** Problem to solve **
Word for word, reproduce all of the entries shown below.
##### Provided data #####
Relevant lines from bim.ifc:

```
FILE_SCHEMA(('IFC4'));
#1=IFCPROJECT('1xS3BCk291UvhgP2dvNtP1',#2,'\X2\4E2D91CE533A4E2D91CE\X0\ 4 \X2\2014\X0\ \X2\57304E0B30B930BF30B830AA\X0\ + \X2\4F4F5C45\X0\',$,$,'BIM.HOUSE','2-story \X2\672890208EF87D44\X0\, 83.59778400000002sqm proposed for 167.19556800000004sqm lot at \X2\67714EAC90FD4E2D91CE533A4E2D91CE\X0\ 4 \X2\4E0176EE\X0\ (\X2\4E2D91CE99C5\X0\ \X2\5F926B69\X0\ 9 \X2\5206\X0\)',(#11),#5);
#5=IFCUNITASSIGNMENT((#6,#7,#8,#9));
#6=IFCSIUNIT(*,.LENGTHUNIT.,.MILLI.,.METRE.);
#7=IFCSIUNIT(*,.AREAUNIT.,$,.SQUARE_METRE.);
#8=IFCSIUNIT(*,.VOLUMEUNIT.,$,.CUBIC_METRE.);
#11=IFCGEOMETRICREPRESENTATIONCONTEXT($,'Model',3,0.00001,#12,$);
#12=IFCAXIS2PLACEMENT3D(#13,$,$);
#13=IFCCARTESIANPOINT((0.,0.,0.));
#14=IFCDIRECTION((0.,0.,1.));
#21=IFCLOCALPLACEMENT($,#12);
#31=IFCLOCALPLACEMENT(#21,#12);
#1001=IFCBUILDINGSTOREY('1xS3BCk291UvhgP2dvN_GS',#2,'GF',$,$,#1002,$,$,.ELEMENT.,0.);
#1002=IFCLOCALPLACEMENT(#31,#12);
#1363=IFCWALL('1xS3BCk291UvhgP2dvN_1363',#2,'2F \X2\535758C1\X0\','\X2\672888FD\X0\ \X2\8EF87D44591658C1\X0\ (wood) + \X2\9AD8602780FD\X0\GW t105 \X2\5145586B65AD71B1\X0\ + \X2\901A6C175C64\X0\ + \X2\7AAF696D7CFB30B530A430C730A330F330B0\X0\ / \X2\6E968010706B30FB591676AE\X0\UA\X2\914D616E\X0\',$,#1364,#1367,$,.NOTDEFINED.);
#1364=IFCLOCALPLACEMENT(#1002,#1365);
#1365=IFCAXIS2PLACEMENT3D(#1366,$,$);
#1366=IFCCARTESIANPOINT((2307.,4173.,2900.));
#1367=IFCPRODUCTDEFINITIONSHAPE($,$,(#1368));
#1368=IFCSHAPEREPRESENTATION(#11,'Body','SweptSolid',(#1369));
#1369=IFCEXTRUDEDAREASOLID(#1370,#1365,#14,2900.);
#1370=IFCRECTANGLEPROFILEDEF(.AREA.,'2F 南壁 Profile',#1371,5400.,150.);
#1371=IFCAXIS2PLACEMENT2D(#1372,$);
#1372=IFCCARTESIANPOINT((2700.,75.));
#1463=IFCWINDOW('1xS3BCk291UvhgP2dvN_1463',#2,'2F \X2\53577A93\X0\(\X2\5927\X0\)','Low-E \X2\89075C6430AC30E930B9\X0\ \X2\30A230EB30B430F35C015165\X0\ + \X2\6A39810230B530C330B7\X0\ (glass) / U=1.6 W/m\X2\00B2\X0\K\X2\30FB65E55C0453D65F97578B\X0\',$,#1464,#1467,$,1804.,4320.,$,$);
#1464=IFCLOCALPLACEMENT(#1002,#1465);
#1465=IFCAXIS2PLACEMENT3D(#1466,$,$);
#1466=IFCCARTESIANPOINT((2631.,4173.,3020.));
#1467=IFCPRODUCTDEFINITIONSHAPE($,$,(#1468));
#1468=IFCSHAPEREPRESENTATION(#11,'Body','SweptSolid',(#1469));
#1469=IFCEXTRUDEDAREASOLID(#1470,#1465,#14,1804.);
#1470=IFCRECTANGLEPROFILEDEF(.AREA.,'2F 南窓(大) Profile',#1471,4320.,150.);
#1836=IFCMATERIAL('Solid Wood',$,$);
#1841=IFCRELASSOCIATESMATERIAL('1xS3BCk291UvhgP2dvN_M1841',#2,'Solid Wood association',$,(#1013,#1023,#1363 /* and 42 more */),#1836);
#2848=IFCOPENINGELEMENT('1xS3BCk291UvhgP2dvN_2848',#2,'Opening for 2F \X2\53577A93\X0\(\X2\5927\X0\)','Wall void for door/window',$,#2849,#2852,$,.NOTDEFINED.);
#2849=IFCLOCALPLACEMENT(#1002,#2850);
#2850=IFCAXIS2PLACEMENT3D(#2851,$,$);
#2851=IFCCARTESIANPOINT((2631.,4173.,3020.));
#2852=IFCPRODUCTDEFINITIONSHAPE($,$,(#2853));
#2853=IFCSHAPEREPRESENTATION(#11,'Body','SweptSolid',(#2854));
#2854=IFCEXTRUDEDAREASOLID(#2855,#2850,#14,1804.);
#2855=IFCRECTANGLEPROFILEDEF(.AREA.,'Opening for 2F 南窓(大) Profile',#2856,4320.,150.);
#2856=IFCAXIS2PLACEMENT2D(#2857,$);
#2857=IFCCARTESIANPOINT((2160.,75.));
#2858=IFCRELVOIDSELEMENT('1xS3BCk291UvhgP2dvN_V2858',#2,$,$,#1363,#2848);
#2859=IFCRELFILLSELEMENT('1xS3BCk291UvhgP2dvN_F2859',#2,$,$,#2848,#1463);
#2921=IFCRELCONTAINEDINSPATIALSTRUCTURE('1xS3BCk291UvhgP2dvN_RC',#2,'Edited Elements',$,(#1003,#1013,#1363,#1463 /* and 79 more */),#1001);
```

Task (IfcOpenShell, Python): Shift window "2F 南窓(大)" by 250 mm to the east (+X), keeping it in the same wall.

```python
import ifcopenshell
import ifcopenshell.api.geometry
import ifcopenshell.util.placement
import ifcopenshell.util.unit

model = ifcopenshell.open("bim.ifc")
unit_scale = ifcopenshell.util.unit.calculate_unit_scale(model)

window = model.by_guid("1xS3BCk291UvhgP2dvN_1463")
opening = window.FillsVoids[0].RelatingOpeningElement
wall = opening.VoidsElements[0].RelatingBuildingElement

wall_matrix = ifcopenshell.util.placement.get_local_placement(wall.ObjectPlacement)
shift = wall_matrix[:3, 0] * 0.25 / unit_scale
before = ifcopenshell.util.placement.get_local_placement(window.ObjectPlacement)[:3, 3].copy()

# The window is not placed relative to its opening, so move both.
for product in (opening, window):
    matrix = ifcopenshell.util.placement.get_local_placement(product.ObjectPlacement)
    matrix[:3, 3] += shift
    ifcopenshell.api.geometry.edit_object_placement(model, product=product, matrix=matrix, is_si=False)

after = ifcopenshell.util.placement.get_local_placement(window.ObjectPlacement)[:3, 3]
print("window moved by", (after - before).round(3) + 0.0)

model.write("bim_v2.ifc")
```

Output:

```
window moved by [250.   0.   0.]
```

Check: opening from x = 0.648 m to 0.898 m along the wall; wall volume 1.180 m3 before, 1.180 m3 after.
#####
** Your solution **
Relevant lines from bim.ifc:

```
FILE_SCHEMA(('IFC4'));
#1=IFCPROJECT('1xS3BCk291UvhgP2dvNtP1',#2,'\X2\4E2D91CE533A4E2D91CE\X0\ 4 \X2\2014\X0\ \X2\57304E0B30B930BF30B830AA\X0\ + \X2\4F4F5C45\X0\',$,$,'BIM.HOUSE','2-story \X2\672890208EF87D44\X0\, 83.59778400000002sqm proposed for 167.19556800000004sqm lot at \X2\67714EAC90FD4E2D91CE533A4E2D91CE\X0\ 4 \X2\4E0176EE\X0\ (\X2\4E2D91CE99C5\X0\ \X2\5F926B69\X0\ 9 \X2\5206\X0\)',(#11),#5);
#5=IFCUNITASSIGNMENT((#6,#7,#8,#9));
#6=IFCSIUNIT(*,.LENGTHUNIT.,.MILLI.,.METRE.);
#7=IFCSIUNIT(*,.AREAUNIT.,$,.SQUARE_METRE.);
#8=IFCSIUNIT(*,.VOLUMEUNIT.,$,.CUBIC_METRE.);
#11=IFCGEOMETRICREPRESENTATIONCONTEXT($,'Model',3,0.00001,#12,$);
#12=IFCAXIS2PLACEMENT3D(#13,$,$);
#13=IFCCARTESIANPOINT((0.,0.,0.));
#14=IFCDIRECTION((0.,0.,1.));
#21=IFCLOCALPLACEMENT($,#12);
#31=IFCLOCALPLACEMENT(#21,#12);
#1001=IFCBUILDINGSTOREY('1xS3BCk291UvhgP2dvN_GS',#2,'GF',$,$,#1002,$,$,.ELEMENT.,0.);
#1002=IFCLOCALPLACEMENT(#31,#12);
#1363=IFCWALL('1xS3BCk291UvhgP2dvN_1363',#2,'2F \X2\535758C1\X0\','\X2\672888FD\X0\ \X2\8EF87D44591658C1\X0\ (wood) + \X2\9AD8602780FD\X0\GW t105 \X2\5145586B65AD71B1\X0\ + \X2\901A6C175C64\X0\ + \X2\7AAF696D7CFB30B530A430C730A330F330B0\X0\ / \X2\6E968010706B30FB591676AE\X0\UA\X2\914D616E\X0\',$,#1364,#1367,$,.NOTDEFINED.);
#1364=IFCLOCALPLACEMENT(#1002,#1365);
#1365=IFCAXIS2PLACEMENT3D(#1366,$,$);
#1366=IFCCARTESIANPOINT((2307.,4173.,2900.));
#1367=IFCPRODUCTDEFINITIONSHAPE($,$,(#1368));
#1368=IFCSHAPEREPRESENTATION(#11,'Body','SweptSolid',(#1369));
#1369=IFCEXTRUDEDAREASOLID(#1370,#1365,#14,2900.);
#1370=IFCRECTANGLEPROFILEDEF(.AREA.,'2F 南壁 Profile',#1371,5400.,150.);
#1371=IFCAXIS2PLACEMENT2D(#1372,$);
#1372=IFCCARTESIANPOINT((2700.,75.));
#1463=IFCWINDOW('1xS3BCk291UvhgP2dvN_1463',#2,'2F \X2\53577A93\X0\(\X2\5927\X0\)','Low-E \X2\89075C6430AC30E930B9\X0\ \X2\30A230EB30B430F35C015165\X0\ + \X2\6A39810230B530C330B7\X0\ (glass) / U=1.6 W/m\X2\00B2\X0\K\X2\30FB65E55C0453D65F97578B\X0\',$,#1464,#1467,$,1804.,4320.,$,$);
#1464=IFCLOCALPLACEMENT(#1002,#1465);
#1465=IFCAXIS2PLACEMENT3D(#1466,$,$);
#1466=IFCCARTESIANPOINT((2631.,4173.,3020.));
#1467=IFCPRODUCTDEFINITIONSHAPE($,$,(#1468));
#1468=IFCSHAPEREPRESENTATION(#11,'Body','SweptSolid',(#1469));
#1469=IFCEXTRUDEDAREASOLID(#1470,#1465,#14,1804.);
#1470=IFCRECTANGLEPROFILEDEF(.AREA.,'2F 南窓(大) Profile',#1471,4320.,150.);
#1836=IFCMATERIAL('Solid Wood',$,$);
#1841=IFCRELASSOCIATESMATERIAL('1xS3BCk291UvhgP2dvN_M1841',#2,'Solid Wood association',$,(#1013,#1023,#1363 /* and 42 more */),#1836);
#2848=IFCOPENINGELEMENT('1xS3BCk291UvhgP2dvN_2848',#2,'Opening for 2F \X2\53577A93\X0\(\X2\5927\X0\)','Wall void for door/window',$,#2849,#2852,$,.NOTDEFINED.);
#2849=IFCLOCALPLACEMENT(#1002,#2850);
#2850=IFCAXIS2PLACEMENT3D(#2851,$,$);
#2851=IFCCARTESIANPOINT((2631.,4173.,3020.));
#2852=IFCPRODUCTDEFINITIONSHAPE($,$,(#2853));
#2853=IFCSHAPEREPRESENTATION(#11,'Body','SweptSolid',(#2854));
#2854=IFCEXTRUDEDAREASOLID(#2855,#2850,#14,1804.);
#2855=IFCRECTANGLEPROFILEDEF(.AREA.,'Opening for 2F 南窓(大) Profile',#2856,4320.,150.);
#2856=IFCAXIS2PLACEMENT2D(#2857,$);
#2857=IFCCARTESIANPOINT((2160.,75.));
#2858=IFCRELVOIDSELEMENT('1xS3BCk291UvhgP2dvN_V2858',#2,$,$,#1363,#2848);
#2859=IFCRELFILLSELEMENT('1xS3BCk291UvhgP2dvN_F2859',#2,$,$,#2848,#1463);
#2921=IFCRELCONTAINEDINSPATIALSTRUCTURE('1xS3BCk291UvhgP2dvN_RC',#2,'Edited Elements',$,(#1003,#1013,#1363,#1463 /* and 79 more */),#1001);
```

Task (IfcOpenShell, Python): Shift window "2F 南窓(大)" by 250 mm to the east (+X), keeping it in the same wall.

```python
import ifcopenshell
import ifcopenshell.api.geometry
import ifcopenshell.util.placement
import ifcopenshell.util.unit

model = ifcopenshell.open("bim.ifc")
unit_scale = ifcopenshell.util.unit.calculate_unit_scale(model)

window = model.by_guid("1xS3BCk291UvhgP2dvN_1463")
opening = window.FillsVoids[0].RelatingOpeningElement
wall = opening.VoidsElements[0].RelatingBuildingElement

wall_matrix = ifcopenshell.util.placement.get_local_placement(wall.ObjectPlacement)
shift = wall_matrix[:3, 0] * 0.25 / unit_scale
before = ifcopenshell.util.placement.get_local_placement(window.ObjectPlacement)[:3, 3].copy()

# The window is not placed relative to its opening, so move both.
for product in (opening, window):
    matrix = ifcopenshell.util.placement.get_local_placement(product.ObjectPlacement)
    matrix[:3, 3] += shift
    ifcopenshell.api.geometry.edit_object_placement(model, product=product, matrix=matrix, is_si=False)

after = ifcopenshell.util.placement.get_local_placement(window.ObjectPlacement)[:3, 3]
print("window moved by", (after - before).round(3) + 0.0)

model.write("bim_v2.ifc")
```

Output:

```
window moved by [250.   0.   0.]
```

Check: opening from x = 0.648 m to 0.898 m along the wall; wall volume 1.180 m3 before, 1.180 m3 after.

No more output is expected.